Our research takes as its point of departure Horst Bredekamp’s theory of the picture act, developed in 2010. Drawing on his reflections, we will conduct fundamental research on the role of the human body in design processes. Given the significance of images in virtually all spheres of life and science, a number of questions pose themselves: why do images influence people’s thoughts, actions and feelings? What are the processes of image design and recognition based on?
The project »Picture Act and Body Knowledge« examines these questions from an interdisciplinary perspective that incorporates biology, art and visual history, media studies and philosophy. Our collaborative research considers aspects such as the human body schema, mirror neurons, reflexes, kinaesthetics, sense of rhythm and automation.
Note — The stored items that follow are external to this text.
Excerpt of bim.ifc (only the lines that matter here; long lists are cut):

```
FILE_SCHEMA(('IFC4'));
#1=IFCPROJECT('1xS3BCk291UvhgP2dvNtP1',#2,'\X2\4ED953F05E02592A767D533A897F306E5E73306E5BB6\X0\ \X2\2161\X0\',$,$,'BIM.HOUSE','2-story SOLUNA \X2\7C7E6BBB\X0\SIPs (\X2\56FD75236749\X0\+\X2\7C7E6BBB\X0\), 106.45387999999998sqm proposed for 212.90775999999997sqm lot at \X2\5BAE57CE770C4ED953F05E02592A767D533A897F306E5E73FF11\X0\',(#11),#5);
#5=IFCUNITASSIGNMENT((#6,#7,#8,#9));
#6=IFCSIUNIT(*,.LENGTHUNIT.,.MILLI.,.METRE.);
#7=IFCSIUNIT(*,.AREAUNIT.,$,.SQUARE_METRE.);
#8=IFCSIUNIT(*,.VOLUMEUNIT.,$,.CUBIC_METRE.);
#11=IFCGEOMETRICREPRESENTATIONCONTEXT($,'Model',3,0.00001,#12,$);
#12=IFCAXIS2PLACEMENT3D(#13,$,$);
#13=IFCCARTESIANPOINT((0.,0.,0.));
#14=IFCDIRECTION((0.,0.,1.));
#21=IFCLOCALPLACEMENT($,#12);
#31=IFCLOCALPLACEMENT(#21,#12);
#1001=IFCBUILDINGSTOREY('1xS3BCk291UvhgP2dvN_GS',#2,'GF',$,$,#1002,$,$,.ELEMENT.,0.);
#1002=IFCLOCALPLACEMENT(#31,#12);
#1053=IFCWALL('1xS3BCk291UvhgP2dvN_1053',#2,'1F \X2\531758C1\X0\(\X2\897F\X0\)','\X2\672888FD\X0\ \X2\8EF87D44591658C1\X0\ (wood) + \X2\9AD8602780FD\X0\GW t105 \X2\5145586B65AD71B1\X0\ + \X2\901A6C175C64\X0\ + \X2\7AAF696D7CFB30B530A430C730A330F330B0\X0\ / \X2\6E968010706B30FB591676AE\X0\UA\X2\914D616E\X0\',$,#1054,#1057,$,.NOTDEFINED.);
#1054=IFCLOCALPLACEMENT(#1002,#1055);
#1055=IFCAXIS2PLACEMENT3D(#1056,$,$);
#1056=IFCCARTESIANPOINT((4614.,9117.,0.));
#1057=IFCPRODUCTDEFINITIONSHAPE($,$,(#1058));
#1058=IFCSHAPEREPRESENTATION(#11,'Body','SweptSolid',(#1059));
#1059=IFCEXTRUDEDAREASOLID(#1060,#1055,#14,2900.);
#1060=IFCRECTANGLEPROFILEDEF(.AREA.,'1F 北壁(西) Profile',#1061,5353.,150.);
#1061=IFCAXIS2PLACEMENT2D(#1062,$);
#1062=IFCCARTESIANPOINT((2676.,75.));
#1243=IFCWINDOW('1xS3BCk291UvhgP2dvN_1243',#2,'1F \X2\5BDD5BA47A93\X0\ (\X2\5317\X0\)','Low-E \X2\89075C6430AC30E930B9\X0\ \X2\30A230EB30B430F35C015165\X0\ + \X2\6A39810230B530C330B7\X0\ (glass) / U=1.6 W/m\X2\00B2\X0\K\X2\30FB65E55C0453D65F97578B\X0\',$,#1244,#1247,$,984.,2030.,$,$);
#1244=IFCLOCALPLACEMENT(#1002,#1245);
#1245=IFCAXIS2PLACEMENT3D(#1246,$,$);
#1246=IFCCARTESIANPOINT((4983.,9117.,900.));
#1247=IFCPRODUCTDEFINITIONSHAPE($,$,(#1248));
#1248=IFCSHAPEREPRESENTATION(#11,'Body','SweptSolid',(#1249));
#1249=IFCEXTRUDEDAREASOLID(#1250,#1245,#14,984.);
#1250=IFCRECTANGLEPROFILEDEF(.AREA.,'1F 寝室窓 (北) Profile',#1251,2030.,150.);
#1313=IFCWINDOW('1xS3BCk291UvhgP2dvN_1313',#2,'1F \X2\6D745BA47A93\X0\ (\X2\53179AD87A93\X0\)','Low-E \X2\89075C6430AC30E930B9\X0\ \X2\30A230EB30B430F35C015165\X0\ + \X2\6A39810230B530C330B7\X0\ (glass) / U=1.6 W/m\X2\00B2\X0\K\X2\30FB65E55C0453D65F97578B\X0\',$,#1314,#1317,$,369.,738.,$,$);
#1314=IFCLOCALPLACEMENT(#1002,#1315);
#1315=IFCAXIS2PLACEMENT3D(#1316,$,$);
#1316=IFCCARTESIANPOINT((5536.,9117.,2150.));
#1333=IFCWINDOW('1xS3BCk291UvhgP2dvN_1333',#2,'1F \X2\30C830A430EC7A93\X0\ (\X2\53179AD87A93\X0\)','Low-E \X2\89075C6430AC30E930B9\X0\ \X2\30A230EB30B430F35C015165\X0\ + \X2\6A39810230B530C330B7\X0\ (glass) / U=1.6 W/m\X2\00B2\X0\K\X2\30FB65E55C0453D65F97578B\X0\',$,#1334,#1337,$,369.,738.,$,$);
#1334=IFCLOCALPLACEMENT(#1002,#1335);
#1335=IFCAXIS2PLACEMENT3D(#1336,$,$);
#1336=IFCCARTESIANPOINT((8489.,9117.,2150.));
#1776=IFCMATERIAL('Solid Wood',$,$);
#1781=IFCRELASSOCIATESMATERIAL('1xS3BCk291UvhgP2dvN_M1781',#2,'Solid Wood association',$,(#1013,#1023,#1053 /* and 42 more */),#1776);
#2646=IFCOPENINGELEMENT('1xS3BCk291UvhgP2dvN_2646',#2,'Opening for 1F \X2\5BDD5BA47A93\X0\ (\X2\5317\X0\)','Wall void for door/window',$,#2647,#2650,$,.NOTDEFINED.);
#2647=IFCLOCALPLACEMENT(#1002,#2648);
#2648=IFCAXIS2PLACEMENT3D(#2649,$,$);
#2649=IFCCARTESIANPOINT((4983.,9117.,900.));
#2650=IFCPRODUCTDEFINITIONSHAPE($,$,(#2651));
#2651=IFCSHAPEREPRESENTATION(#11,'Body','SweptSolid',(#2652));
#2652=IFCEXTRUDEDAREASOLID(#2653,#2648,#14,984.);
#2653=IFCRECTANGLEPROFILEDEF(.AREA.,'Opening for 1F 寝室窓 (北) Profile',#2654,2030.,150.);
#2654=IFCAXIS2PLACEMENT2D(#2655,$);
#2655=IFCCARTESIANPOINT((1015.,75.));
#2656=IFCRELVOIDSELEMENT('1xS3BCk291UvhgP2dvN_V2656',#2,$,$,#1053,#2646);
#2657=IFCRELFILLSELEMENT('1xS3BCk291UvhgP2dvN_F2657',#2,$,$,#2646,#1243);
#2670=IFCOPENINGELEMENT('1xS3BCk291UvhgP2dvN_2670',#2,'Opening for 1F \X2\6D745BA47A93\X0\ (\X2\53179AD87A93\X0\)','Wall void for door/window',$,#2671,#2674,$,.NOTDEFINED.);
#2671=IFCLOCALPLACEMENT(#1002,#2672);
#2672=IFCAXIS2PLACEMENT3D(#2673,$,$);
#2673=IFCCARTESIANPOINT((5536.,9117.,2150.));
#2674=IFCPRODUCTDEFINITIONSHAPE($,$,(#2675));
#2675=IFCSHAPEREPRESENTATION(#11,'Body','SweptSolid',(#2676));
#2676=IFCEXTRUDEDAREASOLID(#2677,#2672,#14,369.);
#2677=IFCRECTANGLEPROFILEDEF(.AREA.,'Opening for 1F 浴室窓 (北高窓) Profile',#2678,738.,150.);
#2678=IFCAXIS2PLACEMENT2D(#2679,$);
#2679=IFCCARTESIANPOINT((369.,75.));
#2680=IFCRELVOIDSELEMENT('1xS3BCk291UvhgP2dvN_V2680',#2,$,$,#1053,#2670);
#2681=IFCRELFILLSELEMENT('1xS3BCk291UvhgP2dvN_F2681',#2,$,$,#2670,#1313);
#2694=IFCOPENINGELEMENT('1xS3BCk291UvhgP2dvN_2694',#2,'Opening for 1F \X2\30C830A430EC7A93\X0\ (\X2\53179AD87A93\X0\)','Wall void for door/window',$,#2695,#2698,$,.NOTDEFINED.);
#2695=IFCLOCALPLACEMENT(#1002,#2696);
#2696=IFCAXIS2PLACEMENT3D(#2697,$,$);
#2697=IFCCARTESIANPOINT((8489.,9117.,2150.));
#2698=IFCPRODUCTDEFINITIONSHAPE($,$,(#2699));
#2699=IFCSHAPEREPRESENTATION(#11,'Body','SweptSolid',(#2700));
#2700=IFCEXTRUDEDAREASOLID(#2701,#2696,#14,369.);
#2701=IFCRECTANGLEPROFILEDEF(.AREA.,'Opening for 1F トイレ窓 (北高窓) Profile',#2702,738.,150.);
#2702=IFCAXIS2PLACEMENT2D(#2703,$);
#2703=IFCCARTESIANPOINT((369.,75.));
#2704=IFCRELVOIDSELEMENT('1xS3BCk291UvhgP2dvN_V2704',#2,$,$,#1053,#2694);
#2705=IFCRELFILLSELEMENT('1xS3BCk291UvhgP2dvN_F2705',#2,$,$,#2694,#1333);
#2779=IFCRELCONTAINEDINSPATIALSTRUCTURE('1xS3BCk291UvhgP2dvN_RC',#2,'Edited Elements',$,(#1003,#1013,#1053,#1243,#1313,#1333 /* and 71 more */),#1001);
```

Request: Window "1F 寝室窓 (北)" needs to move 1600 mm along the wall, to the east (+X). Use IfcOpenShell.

```python
import ifcopenshell
import ifcopenshell.api.geometry
import ifcopenshell.util.placement
import ifcopenshell.util.unit

model = ifcopenshell.open("bim.ifc")
unit_scale = ifcopenshell.util.unit.calculate_unit_scale(model)

window = model.by_guid("1xS3BCk291UvhgP2dvN_1243")
opening = window.FillsVoids[0].RelatingOpeningElement
wall = opening.VoidsElements[0].RelatingBuildingElement

wall_matrix = ifcopenshell.util.placement.get_local_placement(wall.ObjectPlacement)
shift = wall_matrix[:3, 0] * 1.6 / unit_scale
before = ifcopenshell.util.placement.get_local_placement(window.ObjectPlacement)[:3, 3].copy()

# The window is not placed relative to its opening, so move both.
for product in (opening, window):
    matrix = ifcopenshell.util.placement.get_local_placement(product.ObjectPlacement)
    matrix[:3, 3] += shift
    ifcopenshell.api.geometry.edit_object_placement(model, product=product, matrix=matrix, is_si=False)

after = ifcopenshell.util.placement.get_local_placement(window.ObjectPlacement)[:3, 3]
print("window moved by", (after - before).round(3) + 0.0)

model.write("bim_rev.ifc")
```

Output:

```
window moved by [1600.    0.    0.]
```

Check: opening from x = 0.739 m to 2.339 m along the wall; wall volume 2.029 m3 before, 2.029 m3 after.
With the aid of biological findings and methods, this project is the first to study the morphological foundations for the visual creative process, with our objective being to gain a closer understanding of the constitution of the body schema through a combination of intelligent biomechanics and proprioception. 

Objectives

Our aim is to understand the fundamental bodily conditions for image activity and their role in design processes of all kinds. Our research focuses on the human body schema, which forms the basis for the practical handling of materials, artefacts and the person’s own body in motion. We see thinking in images, models and intelligent materials as a sine qua non in human development generally and in scientific practice specifically. Focussing our investigations on the human body in the context of its interactions with artefacts will enable us to reach a deeper understanding of this essential prerequisite.

By studying the conditions of embodied and image-based thinking, the project »Picture Act and Body Knowledge« provides the foundations for the Cluster’s theoretical framework. 

Execution

Experimentalisation: developing and conducting experiments to examine interactions between the image and the body is the central focus of our collaborative work. We will analyse image perception processes and movement learning processes qualitatively and quantitatively. We will use three-dimensional motion recordings from high-speed cameras (Contemplas Templo), detailed determinations of space-time parameters in observed movements based on analysis software (Vicon Motus 3D) and interviews with the experiment participants. 

Theorisation: in a preparatory stage, we will study the literature on the picture act, biomechanics, robotics and the philosophy of embodiment. We will develop the experimental set-up and the evaluation of the experimental results from a biological, philosophical, historical (art history and history of science), choreographic and media theory perspective. We will develop our theoretical foundation in workshops, in collaboration with the Fellows and the other Cluster projects.
Conceptual consolidation: individual projects (theses/dissertations) will examine the research question with reference to different objects.

Securing the results

Project results are secured on various levels. The project has already published widely, and this will be continued with the series »Actus et Imago«, an anthology of current picture act research. The quantified movement studies will feed into online publications with filmed movement documentation.